Let $(f_n)_n$ be a sequence of functions defined by $$f_n : [0,1] \rightarrow \mathbb{R}: x \mapsto nx^n(1-x). $$
We have $\lim_{n \to \infty} f_n(x) = 0$ for all $x$. My textbook says the convergence isn't uniformly though, and I don't understand why.

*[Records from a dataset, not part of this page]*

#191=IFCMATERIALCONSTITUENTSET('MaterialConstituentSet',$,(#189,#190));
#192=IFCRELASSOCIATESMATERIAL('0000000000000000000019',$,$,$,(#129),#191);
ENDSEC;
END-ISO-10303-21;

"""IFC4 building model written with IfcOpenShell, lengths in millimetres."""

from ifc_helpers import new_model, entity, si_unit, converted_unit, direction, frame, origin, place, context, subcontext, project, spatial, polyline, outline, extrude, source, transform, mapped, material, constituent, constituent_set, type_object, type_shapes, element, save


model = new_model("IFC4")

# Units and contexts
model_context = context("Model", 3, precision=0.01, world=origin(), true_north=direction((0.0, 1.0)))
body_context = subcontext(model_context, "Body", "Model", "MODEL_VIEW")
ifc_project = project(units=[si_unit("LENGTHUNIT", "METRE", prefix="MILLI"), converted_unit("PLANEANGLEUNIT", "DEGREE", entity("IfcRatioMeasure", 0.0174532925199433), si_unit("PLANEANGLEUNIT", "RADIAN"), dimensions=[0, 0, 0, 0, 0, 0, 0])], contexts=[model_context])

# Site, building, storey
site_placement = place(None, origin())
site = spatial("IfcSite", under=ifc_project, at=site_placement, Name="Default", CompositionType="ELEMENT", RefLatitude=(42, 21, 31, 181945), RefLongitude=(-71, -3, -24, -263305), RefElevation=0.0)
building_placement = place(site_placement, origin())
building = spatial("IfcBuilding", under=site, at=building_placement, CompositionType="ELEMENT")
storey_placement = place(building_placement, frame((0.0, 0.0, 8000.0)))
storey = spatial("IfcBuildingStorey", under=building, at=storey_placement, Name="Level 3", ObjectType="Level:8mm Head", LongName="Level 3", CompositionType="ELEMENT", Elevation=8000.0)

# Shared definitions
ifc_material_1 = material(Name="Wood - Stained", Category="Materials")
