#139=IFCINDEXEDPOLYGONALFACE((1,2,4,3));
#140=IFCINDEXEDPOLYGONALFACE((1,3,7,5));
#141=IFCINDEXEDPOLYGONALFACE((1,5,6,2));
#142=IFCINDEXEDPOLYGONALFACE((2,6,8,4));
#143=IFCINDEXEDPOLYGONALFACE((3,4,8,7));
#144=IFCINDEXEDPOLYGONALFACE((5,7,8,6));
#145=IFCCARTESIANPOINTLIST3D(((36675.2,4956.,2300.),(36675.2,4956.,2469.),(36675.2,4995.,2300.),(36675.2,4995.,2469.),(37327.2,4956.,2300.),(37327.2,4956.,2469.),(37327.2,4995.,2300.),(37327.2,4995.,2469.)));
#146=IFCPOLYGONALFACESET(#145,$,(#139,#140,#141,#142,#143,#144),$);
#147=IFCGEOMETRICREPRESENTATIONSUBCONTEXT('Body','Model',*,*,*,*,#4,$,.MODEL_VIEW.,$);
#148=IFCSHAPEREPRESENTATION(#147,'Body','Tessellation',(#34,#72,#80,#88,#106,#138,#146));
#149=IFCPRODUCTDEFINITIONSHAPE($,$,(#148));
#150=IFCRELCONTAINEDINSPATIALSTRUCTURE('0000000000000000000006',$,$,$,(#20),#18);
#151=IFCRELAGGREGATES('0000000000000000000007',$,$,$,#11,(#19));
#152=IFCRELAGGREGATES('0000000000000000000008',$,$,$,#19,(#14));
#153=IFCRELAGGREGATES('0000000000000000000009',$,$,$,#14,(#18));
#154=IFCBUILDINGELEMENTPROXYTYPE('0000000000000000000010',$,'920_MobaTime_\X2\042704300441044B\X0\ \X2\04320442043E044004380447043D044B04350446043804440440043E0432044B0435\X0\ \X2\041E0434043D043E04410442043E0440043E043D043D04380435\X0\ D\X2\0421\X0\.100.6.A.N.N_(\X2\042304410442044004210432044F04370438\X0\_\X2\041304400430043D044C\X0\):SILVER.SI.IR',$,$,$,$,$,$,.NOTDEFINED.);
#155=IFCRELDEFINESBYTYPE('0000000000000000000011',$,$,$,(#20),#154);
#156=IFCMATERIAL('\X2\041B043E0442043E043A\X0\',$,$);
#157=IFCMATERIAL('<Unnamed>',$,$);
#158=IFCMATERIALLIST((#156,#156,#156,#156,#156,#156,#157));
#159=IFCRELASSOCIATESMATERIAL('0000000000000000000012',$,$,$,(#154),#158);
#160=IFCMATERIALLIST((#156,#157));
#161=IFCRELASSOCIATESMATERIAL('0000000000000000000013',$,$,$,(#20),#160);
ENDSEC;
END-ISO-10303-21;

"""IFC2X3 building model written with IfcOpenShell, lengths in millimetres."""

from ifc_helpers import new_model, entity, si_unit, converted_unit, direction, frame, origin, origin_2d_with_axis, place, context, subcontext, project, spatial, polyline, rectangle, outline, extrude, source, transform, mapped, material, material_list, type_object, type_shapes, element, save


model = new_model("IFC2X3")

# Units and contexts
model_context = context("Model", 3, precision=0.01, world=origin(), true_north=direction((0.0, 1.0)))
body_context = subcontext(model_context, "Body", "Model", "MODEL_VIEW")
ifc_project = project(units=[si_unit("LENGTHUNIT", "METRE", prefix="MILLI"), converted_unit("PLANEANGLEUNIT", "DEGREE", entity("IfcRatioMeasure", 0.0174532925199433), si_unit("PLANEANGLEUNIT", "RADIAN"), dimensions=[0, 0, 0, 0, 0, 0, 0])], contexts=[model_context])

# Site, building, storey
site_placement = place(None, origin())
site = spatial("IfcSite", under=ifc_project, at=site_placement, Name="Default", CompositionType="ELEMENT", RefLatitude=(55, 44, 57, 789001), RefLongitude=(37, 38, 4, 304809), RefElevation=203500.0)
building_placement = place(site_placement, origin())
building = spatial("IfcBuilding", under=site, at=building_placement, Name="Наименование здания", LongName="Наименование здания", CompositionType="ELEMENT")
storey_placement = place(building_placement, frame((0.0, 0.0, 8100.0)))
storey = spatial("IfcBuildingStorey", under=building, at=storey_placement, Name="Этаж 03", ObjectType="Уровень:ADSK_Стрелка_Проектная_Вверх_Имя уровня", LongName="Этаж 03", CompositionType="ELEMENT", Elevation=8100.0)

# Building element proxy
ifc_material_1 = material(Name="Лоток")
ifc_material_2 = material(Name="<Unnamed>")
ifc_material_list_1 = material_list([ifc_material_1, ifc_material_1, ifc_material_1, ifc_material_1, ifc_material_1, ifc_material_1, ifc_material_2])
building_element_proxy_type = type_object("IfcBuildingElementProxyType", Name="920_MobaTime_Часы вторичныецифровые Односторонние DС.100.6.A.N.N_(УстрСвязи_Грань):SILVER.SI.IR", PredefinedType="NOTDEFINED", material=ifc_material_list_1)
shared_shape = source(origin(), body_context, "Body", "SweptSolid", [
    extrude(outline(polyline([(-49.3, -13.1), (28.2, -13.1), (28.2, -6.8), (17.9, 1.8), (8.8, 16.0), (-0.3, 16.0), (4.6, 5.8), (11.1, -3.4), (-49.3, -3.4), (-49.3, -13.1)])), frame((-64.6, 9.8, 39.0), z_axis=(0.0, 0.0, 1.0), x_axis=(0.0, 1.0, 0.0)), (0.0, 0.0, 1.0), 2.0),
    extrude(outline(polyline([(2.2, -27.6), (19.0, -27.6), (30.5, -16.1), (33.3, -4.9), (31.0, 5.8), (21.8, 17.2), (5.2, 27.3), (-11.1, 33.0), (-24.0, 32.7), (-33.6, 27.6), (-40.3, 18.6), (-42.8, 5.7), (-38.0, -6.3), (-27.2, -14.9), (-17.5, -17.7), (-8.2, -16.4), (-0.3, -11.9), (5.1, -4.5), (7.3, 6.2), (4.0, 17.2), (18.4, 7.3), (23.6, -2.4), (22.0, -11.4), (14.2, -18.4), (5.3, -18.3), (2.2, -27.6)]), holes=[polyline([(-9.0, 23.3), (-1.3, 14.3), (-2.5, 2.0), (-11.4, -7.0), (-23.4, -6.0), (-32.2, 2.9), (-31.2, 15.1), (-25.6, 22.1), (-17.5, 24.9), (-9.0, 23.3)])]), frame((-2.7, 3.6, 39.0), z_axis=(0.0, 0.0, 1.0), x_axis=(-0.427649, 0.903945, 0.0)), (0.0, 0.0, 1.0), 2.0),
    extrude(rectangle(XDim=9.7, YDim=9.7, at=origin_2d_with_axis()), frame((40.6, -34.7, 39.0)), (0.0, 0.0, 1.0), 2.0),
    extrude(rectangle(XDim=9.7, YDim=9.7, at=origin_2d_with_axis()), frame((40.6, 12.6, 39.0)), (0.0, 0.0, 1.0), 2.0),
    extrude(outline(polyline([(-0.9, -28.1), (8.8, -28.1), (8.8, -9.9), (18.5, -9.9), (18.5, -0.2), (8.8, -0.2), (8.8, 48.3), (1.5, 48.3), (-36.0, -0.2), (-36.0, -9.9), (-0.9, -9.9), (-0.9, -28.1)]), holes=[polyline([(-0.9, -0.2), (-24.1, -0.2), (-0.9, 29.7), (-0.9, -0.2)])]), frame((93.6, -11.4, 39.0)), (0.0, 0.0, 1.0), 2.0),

I computed $$\sup_{x \in [0,1]} |f_n(x) – 0 | = \sup_{x \in [0,1]} | nx^n (1-x) | = \ ? $$
How do I figure out this supremum?
When I use the definition, I see that $$| nx^n(1-x) – 0 | = | nx^n – nx^{n+1}| \leq | nx^n | + | nx^{n+1}| \leq n + n = 2n. $$ And I can never get this smaller than $\epsilon$. But I couldn't find an explicit $\epsilon > 0$ and a $x \in [0,1]$ such that $ |f_n(x)| \geq \epsilon. $
Any help is appreciated.
Best Answer
This is not a solution but it might be useful to others. I decided to investigate the functions geometrically, so I thought I would share in case it brings to light the methods which have been put forward by others.
This demonstrates (non-rigorously) that the function ought not to converge uniformly and it shows the maximum at $\frac{n}{n+1}$ approaching $\frac{1}{e}$ as $n$ grows.